[REQUIREMENT]: Reproduce the material that follows, keeping every line exactly as it is.

[MATERIAL FOR THE TASK]:
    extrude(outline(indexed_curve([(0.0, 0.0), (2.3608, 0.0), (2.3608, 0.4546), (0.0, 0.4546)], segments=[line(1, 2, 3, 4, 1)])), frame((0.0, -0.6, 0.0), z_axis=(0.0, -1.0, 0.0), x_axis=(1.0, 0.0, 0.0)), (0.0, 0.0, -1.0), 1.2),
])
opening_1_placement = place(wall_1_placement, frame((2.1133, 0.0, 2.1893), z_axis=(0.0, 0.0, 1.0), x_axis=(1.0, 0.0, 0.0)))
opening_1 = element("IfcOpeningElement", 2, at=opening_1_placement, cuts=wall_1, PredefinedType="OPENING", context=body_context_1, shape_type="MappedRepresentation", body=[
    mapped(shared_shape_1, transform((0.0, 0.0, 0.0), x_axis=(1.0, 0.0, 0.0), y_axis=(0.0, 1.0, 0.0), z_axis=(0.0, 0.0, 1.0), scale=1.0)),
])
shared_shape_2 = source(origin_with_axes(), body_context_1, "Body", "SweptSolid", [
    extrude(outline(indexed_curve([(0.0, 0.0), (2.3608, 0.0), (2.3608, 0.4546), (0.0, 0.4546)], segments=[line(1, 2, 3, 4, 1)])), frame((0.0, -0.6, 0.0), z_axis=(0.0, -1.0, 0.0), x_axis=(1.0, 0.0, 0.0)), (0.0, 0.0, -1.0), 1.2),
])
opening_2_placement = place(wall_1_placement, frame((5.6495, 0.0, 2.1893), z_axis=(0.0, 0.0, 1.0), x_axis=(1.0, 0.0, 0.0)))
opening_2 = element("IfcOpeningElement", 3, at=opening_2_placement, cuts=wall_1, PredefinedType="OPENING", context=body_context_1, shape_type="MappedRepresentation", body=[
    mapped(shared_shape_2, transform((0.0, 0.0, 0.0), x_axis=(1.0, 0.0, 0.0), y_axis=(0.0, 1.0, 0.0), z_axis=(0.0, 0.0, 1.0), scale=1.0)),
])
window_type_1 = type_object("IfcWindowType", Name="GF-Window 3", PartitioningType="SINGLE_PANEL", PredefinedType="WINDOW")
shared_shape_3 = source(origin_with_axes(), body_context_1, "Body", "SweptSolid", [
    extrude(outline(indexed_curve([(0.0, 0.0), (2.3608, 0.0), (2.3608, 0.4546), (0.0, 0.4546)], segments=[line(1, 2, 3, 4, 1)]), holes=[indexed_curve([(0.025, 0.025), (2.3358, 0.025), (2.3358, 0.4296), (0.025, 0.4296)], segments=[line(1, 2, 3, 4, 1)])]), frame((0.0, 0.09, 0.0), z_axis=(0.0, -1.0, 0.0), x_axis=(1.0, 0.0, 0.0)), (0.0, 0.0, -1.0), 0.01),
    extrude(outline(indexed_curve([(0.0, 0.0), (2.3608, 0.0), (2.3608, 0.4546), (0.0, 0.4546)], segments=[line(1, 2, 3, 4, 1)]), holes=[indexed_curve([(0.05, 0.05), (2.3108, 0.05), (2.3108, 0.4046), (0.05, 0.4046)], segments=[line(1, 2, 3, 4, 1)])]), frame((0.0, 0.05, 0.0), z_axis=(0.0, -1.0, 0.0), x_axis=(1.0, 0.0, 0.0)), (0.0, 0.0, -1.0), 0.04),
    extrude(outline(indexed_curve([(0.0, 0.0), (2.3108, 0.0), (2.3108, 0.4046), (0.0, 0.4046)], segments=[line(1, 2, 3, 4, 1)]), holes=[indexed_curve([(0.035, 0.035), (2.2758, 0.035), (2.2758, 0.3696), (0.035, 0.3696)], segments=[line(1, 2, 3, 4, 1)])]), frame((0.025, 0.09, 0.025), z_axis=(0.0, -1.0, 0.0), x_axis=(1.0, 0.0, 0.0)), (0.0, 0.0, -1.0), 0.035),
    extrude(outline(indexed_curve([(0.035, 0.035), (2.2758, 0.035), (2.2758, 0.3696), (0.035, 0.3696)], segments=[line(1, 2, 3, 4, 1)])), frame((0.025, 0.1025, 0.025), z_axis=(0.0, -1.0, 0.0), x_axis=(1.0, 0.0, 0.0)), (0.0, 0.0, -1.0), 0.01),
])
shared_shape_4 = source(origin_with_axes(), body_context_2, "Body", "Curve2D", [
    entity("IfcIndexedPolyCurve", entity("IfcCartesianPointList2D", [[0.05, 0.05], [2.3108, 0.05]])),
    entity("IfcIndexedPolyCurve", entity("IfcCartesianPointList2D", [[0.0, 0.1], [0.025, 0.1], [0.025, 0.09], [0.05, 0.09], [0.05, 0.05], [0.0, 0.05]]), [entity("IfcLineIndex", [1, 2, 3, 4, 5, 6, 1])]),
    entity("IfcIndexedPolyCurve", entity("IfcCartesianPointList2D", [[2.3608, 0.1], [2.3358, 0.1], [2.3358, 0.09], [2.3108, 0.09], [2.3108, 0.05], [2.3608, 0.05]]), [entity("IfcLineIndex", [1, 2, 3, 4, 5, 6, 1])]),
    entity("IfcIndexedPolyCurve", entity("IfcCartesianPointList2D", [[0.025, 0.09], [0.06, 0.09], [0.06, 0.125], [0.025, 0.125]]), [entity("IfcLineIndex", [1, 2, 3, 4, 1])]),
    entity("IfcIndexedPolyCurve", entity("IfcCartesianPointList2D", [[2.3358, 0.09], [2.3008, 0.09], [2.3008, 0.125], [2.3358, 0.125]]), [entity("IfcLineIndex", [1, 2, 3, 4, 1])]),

[RESPONSE AREA]:
    extrude(outline(indexed_curve([(0.0, 0.0), (2.3608, 0.0), (2.3608, 0.4546), (0.0, 0.4546)], segments=[line(1, 2, 3, 4, 1)])), frame((0.0, -0.6, 0.0), z_axis=(0.0, -1.0, 0.0), x_axis=(1.0, 0.0, 0.0)), (0.0, 0.0, -1.0), 1.2),
])
opening_1_placement = place(wall_1_placement, frame((2.1133, 0.0, 2.1893), z_axis=(0.0, 0.0, 1.0), x_axis=(1.0, 0.0, 0.0)))
opening_1 = element("IfcOpeningElement", 2, at=opening_1_placement, cuts=wall_1, PredefinedType="OPENING", context=body_context_1, shape_type="MappedRepresentation", body=[
    mapped(shared_shape_1, transform((0.0, 0.0, 0.0), x_axis=(1.0, 0.0, 0.0), y_axis=(0.0, 1.0, 0.0), z_axis=(0.0, 0.0, 1.0), scale=1.0)),
])
shared_shape_2 = source(origin_with_axes(), body_context_1, "Body", "SweptSolid", [
    extrude(outline(indexed_curve([(0.0, 0.0), (2.3608, 0.0), (2.3608, 0.4546), (0.0, 0.4546)], segments=[line(1, 2, 3, 4, 1)])), frame((0.0, -0.6, 0.0), z_axis=(0.0, -1.0, 0.0), x_axis=(1.0, 0.0, 0.0)), (0.0, 0.0, -1.0), 1.2),
])
opening_2_placement = place(wall_1_placement, frame((5.6495, 0.0, 2.1893), z_axis=(0.0, 0.0, 1.0), x_axis=(1.0, 0.0, 0.0)))
opening_2 = element("IfcOpeningElement", 3, at=opening_2_placement, cuts=wall_1, PredefinedType="OPENING", context=body_context_1, shape_type="MappedRepresentation", body=[
    mapped(shared_shape_2, transform((0.0, 0.0, 0.0), x_axis=(1.0, 0.0, 0.0), y_axis=(0.0, 1.0, 0.0), z_axis=(0.0, 0.0, 1.0), scale=1.0)),
])
window_type_1 = type_object("IfcWindowType", Name="GF-Window 3", PartitioningType="SINGLE_PANEL", PredefinedType="WINDOW")
shared_shape_3 = source(origin_with_axes(), body_context_1, "Body", "SweptSolid", [
    extrude(outline(indexed_curve([(0.0, 0.0), (2.3608, 0.0), (2.3608, 0.4546), (0.0, 0.4546)], segments=[line(1, 2, 3, 4, 1)]), holes=[indexed_curve([(0.025, 0.025), (2.3358, 0.025), (2.3358, 0.4296), (0.025, 0.4296)], segments=[line(1, 2, 3, 4, 1)])]), frame((0.0, 0.09, 0.0), z_axis=(0.0, -1.0, 0.0), x_axis=(1.0, 0.0, 0.0)), (0.0, 0.0, -1.0), 0.01),
    extrude(outline(indexed_curve([(0.0, 0.0), (2.3608, 0.0), (2.3608, 0.4546), (0.0, 0.4546)], segments=[line(1, 2, 3, 4, 1)]), holes=[indexed_curve([(0.05, 0.05), (2.3108, 0.05), (2.3108, 0.4046), (0.05, 0.4046)], segments=[line(1, 2, 3, 4, 1)])]), frame((0.0, 0.05, 0.0), z_axis=(0.0, -1.0, 0.0), x_axis=(1.0, 0.0, 0.0)), (0.0, 0.0, -1.0), 0.04),
    extrude(outline(indexed_curve([(0.0, 0.0), (2.3108, 0.0), (2.3108, 0.4046), (0.0, 0.4046)], segments=[line(1, 2, 3, 4, 1)]), holes=[indexed_curve([(0.035, 0.035), (2.2758, 0.035), (2.2758, 0.3696), (0.035, 0.3696)], segments=[line(1, 2, 3, 4, 1)])]), frame((0.025, 0.09, 0.025), z_axis=(0.0, -1.0, 0.0), x_axis=(1.0, 0.0, 0.0)), (0.0, 0.0, -1.0), 0.035),
    extrude(outline(indexed_curve([(0.035, 0.035), (2.2758, 0.035), (2.2758, 0.3696), (0.035, 0.3696)], segments=[line(1, 2, 3, 4, 1)])), frame((0.025, 0.1025, 0.025), z_axis=(0.0, -1.0, 0.0), x_axis=(1.0, 0.0, 0.0)), (0.0, 0.0, -1.0), 0.01),
])
shared_shape_4 = source(origin_with_axes(), body_context_2, "Body", "Curve2D", [
    entity("IfcIndexedPolyCurve", entity("IfcCartesianPointList2D", [[0.05, 0.05], [2.3108, 0.05]])),
    entity("IfcIndexedPolyCurve", entity("IfcCartesianPointList2D", [[0.0, 0.1], [0.025, 0.1], [0.025, 0.09], [0.05, 0.09], [0.05, 0.05], [0.0, 0.05]]), [entity("IfcLineIndex", [1, 2, 3, 4, 5, 6, 1])]),
    entity("IfcIndexedPolyCurve", entity("IfcCartesianPointList2D", [[2.3608, 0.1], [2.3358, 0.1], [2.3358, 0.09], [2.3108, 0.09], [2.3108, 0.05], [2.3608, 0.05]]), [entity("IfcLineIndex", [1, 2, 3, 4, 5, 6, 1])]),
    entity("IfcIndexedPolyCurve", entity("IfcCartesianPointList2D", [[0.025, 0.09], [0.06, 0.09], [0.06, 0.125], [0.025, 0.125]]), [entity("IfcLineIndex", [1, 2, 3, 4, 1])]),
    entity("IfcIndexedPolyCurve", entity("IfcCartesianPointList2D", [[2.3358, 0.09], [2.3008, 0.09], [2.3008, 0.125], [2.3358, 0.125]]), [entity("IfcLineIndex", [1, 2, 3, 4, 1])]),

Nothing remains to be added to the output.